Two Ontario researchers say they are challenging an “accepted truth” about the novel coronavirus believing that the “door” used to enter and infect a cell may not be the entry point widely accepted by many in the medical community.
“Our finding is somewhat controversial, as it suggests that there must be other ways, other receptors for the virus, that regulate its infection of the lungs,” said Jeremy Hirota, co-lead scientist from the Research Institute at St. Joseph’s hospital and assistant professor of medicine at McMaster University.
Hirota told Global News the research is essentially a study on the entry points of viruses in the human body.

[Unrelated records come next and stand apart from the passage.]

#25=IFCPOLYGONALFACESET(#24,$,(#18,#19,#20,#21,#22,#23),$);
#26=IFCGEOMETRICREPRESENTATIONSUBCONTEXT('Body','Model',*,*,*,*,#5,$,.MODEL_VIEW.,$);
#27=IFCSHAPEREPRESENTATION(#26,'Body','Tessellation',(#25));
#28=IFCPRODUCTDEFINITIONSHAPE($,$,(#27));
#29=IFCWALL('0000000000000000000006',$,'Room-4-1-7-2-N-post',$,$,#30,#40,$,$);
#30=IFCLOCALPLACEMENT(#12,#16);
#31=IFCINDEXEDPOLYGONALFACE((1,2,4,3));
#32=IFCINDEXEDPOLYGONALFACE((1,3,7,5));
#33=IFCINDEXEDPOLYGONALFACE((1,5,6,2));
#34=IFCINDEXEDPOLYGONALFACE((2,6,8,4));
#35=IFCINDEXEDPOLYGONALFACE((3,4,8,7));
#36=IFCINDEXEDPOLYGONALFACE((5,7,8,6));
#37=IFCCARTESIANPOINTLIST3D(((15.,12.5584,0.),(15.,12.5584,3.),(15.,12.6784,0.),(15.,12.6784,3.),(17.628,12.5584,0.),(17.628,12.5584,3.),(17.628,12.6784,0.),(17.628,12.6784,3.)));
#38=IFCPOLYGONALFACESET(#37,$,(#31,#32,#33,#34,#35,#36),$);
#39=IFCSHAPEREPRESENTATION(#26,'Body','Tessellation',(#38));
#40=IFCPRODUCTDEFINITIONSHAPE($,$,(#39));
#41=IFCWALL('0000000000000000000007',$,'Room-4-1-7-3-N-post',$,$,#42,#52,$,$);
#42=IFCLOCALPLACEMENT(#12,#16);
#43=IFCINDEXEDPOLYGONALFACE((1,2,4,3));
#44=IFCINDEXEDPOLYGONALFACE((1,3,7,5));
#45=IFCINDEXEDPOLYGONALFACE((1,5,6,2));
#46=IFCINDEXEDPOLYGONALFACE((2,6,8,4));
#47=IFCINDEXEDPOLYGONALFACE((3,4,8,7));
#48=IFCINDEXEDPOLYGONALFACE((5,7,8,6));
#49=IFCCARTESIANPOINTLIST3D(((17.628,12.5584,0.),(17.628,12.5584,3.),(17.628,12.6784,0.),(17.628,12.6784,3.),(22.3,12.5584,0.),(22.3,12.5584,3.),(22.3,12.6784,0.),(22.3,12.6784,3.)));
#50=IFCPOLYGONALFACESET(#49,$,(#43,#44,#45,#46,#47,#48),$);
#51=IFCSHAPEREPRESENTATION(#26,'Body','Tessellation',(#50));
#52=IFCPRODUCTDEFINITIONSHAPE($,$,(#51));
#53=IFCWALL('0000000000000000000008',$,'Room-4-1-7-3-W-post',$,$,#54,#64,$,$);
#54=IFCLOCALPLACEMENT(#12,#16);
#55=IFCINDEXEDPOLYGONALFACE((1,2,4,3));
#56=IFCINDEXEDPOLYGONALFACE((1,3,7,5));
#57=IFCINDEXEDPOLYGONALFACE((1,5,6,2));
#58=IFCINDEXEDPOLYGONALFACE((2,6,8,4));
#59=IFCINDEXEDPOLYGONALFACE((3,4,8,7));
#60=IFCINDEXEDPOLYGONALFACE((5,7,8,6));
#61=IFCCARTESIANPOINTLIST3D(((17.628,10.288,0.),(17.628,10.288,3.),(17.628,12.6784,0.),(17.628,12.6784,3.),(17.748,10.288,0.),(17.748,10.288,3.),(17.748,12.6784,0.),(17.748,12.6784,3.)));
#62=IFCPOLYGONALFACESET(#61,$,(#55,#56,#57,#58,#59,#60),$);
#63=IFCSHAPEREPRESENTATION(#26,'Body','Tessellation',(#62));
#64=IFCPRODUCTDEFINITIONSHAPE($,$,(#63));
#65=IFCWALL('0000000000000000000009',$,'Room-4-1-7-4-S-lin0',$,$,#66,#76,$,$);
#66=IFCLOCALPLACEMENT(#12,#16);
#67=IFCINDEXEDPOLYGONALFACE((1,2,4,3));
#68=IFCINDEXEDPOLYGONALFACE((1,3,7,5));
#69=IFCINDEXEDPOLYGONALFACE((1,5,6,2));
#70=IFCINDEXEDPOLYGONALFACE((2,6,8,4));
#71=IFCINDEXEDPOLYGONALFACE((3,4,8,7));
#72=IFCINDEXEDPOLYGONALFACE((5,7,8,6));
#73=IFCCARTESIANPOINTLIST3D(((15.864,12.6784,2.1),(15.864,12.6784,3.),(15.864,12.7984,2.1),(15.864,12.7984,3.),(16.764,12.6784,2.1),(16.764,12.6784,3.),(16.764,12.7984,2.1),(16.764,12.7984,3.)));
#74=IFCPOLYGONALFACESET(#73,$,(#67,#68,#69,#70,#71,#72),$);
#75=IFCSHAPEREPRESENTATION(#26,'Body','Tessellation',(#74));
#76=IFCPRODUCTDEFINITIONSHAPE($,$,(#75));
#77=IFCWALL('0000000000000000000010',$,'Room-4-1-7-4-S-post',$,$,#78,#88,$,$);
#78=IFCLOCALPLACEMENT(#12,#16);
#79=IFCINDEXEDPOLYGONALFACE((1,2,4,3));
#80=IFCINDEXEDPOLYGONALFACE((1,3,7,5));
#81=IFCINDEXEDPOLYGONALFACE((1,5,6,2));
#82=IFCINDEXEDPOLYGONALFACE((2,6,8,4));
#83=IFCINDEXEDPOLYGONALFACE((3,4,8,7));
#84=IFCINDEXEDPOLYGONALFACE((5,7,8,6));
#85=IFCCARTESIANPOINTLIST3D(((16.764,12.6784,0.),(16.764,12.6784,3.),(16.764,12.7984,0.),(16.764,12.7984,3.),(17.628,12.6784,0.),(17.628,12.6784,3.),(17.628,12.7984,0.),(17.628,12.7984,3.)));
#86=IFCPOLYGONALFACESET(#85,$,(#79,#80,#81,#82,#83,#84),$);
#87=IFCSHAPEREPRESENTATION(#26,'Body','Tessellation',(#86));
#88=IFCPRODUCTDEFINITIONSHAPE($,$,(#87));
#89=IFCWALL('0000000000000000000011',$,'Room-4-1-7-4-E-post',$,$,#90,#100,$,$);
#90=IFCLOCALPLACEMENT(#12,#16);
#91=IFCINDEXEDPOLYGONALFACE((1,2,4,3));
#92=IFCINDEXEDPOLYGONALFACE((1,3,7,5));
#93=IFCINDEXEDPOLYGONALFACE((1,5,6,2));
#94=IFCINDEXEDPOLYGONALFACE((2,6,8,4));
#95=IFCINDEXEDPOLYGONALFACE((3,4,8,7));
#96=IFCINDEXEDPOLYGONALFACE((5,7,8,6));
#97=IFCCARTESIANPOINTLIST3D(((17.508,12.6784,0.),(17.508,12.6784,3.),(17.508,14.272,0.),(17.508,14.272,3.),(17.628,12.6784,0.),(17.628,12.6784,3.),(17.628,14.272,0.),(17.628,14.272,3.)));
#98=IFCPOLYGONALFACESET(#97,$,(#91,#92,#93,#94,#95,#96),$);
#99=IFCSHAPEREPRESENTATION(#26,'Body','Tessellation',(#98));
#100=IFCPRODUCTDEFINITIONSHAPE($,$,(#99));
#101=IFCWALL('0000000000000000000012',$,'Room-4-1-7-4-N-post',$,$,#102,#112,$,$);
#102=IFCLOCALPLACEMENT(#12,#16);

In simpler terms, Hirota says every virus needs to find “the door to the house” to get into a cell.
“If we figure out what those doors are, maybe we can barricade them, maybe we can lock them,” Hirota said.
At present, world scientists believe the entry of SARS-CoV-2 (COVID-19) into cells occurs through a receptor on the cell surface, known as Angiotensin-converting enzyme 2 (ACE2), which is present in the cells of most organs including tissue of the lung type II alveolar cells.
But co-lead Andrew Doxey, professor of biology at the University of Waterloo, says their research points to very low levels of ACE2 in human lung tissue.
“Finding such low levels of ACE2 in lung tissue has important implications for how we think about this virus,” Doxey said. “ACE2 is not the full story and maybe more relevant in other tissues such as the vascular system.”
The McMaster-Waterloo team have turned their study to using nasal swabs, collected for clinical diagnoses of COVID-19, to explore alternate additional infection pathways and different patient responses to infection.
The team believes the samples will provide some genetic information on the development of the disease in a patient with the hope of better identifying the infection and treating patients at risk of developing serious complications.
“We think it is the lung immune system that differs between COVID-19 patients, and by understanding which patients’ lung immune systems are helpful and which are harmful, we may be able to help physicians proactively manage the most at risk-patients,” Hirota said.
The researchers say the study may ultimately lead to predictive algorithms tied to morbidity and mortality which could predict and optimize health care delivery for those most susceptible to the virus.
The research has received support in the form of three grants, including one from the Ontario COVID-19 rapid research fund. The team’s findings have generated interest in the medical community after a paper on the findings was published in the European Respiratory Journal.
Hirota says the hope is to have useful data determining which individuals may be at greater risk to COVID-19 than others within six to 12 months.
“We’re looking for additional partners to collaborate with us in moving this research forward, as we believe there is an opportunity to develop diagnostic devices with this information,” Hirota said.